In all the testes I've seen of low MP vs. High MP sensors, once you bring them to the same resolution you get the same noise. The D810 is getting a one stop boost to high ISO, just like everything else.


----------



## Cheryll (Jun 29, 2014)

9VIII said:


> In all the testes I've seen of low MP vs. High MP sensors, once you bring them to the same resolution you get the same noise. The D810 is getting a one stop boost to high ISO, just like everything else.



A user here plan a test between the canon 5DMark3 and the Sony a7s. I and one another photographer give him the tip to down sample the pictures and videos to see the difference better. I'm to wonder of the results.
I mean I have read a test with down sample to the a7r, the result is: The a7s is 1,5 Stops better than the a7r - in the same resolution.

See here:
Sony not only enlarged the pixel size. Sony makes more changing in the sensor to bring more light to it. Result. Despite with down sample is the a7s better than other cameras. Only a little better but better..

http://www.sony.jp/ichigan/products/ILCE-7S/feature_1.html


----------



## jrista (Jun 30, 2014)

Cheryll said:


> jrista said:
> 
> 
> > I'd love to have a 120mp APS-H that can do 9.5fps...I really wonder why they haven't stuffed that wonder into an actual DSLR and just trounced all the competition.
> ...



Pixel size doesn't matter for low light performance. Total sensor area and quantum efficiency matter. It doesn't matter how finely you divide the light your receiving and converting into free charge. If you increase the amount of light your receiving (more total sensor area) and increase the rate of incident photon strikes to electron conversions, then you have better high ISO performance. It wouldn't matter if you had 10mp, 50mp, 120mp, or 500mp.

The notion that pixel size affects noise is largely a myth. All pixel size does is make noise finer.

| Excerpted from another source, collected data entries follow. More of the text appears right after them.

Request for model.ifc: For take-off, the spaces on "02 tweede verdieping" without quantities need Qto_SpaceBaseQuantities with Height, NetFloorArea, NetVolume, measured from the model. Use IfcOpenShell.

First a look at what the model holds.

```python
import ifcopenshell
import ifcopenshell.util.element
import ifcopenshell.util.unit

model = ifcopenshell.open("model.ifc")
print(model.schema)
for unit_type in ("LENGTHUNIT", "AREAUNIT", "VOLUMEUNIT"):
    print(unit_type, ifcopenshell.util.unit.calculate_unit_scale(model, unit_type))
storey = next(s for s in model.by_type("IfcBuildingStorey") if s.Name == "02 tweede verdieping")
spaces = [e for e in ifcopenshell.util.element.get_decomposition(storey) if e.is_a("IfcSpace")]
for e in sorted(spaces, key=lambda e: e.id()):
    print(e.id(), e.is_a(), e.Name, list(ifcopenshell.util.element.get_psets(e, qtos_only=True)), sep=" | ")
```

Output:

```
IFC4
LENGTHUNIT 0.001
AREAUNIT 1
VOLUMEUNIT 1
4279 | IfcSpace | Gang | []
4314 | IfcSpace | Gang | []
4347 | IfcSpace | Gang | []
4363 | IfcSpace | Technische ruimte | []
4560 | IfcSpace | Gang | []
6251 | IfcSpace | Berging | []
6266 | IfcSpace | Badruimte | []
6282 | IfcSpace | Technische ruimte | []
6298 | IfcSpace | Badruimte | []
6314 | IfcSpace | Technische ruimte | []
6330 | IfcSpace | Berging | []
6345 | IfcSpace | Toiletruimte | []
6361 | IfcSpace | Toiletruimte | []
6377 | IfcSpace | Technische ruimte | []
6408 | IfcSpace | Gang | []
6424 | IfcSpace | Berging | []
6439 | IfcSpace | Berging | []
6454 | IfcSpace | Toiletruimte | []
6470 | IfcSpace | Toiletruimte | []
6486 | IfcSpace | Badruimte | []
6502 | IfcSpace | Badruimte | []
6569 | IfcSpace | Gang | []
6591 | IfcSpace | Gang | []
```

```python
import ifcopenshell
import ifcopenshell.api.pset
import ifcopenshell.geom
import ifcopenshell.util.element
import ifcopenshell.util.shape
import ifcopenshell.util.unit

model = ifcopenshell.open("model.ifc")
unit_scale = ifcopenshell.util.unit.calculate_unit_scale(model)
area_scale = ifcopenshell.util.unit.calculate_unit_scale(model, "AREAUNIT")
volume_scale = ifcopenshell.util.unit.calculate_unit_scale(model, "VOLUMEUNIT")
settings = ifcopenshell.geom.settings()

storey = next(s for s in model.by_type("IfcBuildingStorey") if s.Name == "02 tweede verdieping")
spaces = [e for e in ifcopenshell.util.element.get_decomposition(storey) if e.is_a("IfcSpace")]

for e in sorted(spaces, key=lambda e: e.id()):
    if ifcopenshell.util.element.get_psets(e, qtos_only=True, should_inherit=False):
        continue
    # Geometry comes back in metres, in the element's own axes.
    shape = ifcopenshell.geom.create_shape(settings, e)
    values = {
        "Height": ifcopenshell.util.shape.get_z(shape.geometry) / unit_scale,
        "NetFloorArea": ifcopenshell.util.shape.get_footprint_area(shape.geometry) / area_scale,
        "NetVolume": ifcopenshell.util.shape.get_volume(shape.geometry) / volume_scale,
    }
    qto = ifcopenshell.api.pset.add_qto(model, product=e, name="Qto_SpaceBaseQuantities")
    ifcopenshell.api.pset.edit_qto(model, qto=qto, properties=values)
    print(e.id(), {k: round(v, 3) for k, v in values.items()})

model.write("model_rev.ifc")
```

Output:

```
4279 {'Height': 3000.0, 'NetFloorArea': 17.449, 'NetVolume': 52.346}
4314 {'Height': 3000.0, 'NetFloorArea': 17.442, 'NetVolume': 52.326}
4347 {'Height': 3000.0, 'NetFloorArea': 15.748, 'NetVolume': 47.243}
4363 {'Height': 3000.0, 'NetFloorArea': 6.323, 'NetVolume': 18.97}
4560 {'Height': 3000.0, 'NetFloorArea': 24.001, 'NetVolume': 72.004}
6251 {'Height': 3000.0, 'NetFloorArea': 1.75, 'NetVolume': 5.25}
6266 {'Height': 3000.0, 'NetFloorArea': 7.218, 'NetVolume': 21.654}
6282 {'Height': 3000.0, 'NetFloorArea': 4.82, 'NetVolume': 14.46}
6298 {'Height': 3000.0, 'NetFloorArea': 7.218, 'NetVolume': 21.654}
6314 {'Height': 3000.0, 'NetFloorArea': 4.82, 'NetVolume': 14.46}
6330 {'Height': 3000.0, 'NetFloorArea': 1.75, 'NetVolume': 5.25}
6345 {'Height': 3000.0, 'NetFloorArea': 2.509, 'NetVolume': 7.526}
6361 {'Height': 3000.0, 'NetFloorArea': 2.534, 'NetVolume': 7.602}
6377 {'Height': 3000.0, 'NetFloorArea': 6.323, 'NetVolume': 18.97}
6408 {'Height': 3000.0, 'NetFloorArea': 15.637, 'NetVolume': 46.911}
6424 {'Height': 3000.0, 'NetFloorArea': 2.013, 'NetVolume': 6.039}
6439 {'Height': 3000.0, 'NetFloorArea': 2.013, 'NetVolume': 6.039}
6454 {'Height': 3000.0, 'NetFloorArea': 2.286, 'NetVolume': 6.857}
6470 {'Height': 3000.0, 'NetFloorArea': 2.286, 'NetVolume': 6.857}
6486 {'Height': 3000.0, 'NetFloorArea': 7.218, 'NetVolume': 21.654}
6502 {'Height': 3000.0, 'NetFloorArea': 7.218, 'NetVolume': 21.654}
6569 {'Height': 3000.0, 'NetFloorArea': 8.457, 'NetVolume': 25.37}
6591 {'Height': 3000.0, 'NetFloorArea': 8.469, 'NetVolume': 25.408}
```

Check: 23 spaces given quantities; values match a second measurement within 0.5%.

On a normalized basis, i.e. when you render images at the same size, there is little difference in noise but a huge difference in detail and resolution when moving to a higher resolution sensor. The only reason there is a TINY (and imperceptible to the human eye) difference in noise with smaller pixels is fill factor...with more pixels, you have more sensor area dedicated to transistors and wiring, and less to photodiode. You need mathematical tools to determine the difference, though (Something like PixInsights Statistics script, which can derive a whole host of details about an image, including noise STDevs, could tell you, and it you significantly magnified, overlayed, and compared by alternating back and forth, you MIGHT be able to tell the difference with your bare eyes...but on a normalized basis...there is never anything bad about having more pixels.)


----------



## Cheryll (Jun 30, 2014)

jrista said:


> If you increase the amount of light your receiving (more total sensor area) and increase the rate of incident photon strikes to electron conversions, then you have better high ISO performance. It wouldn't matter if you had 10mp, 50mp, 120mp, or 500mp.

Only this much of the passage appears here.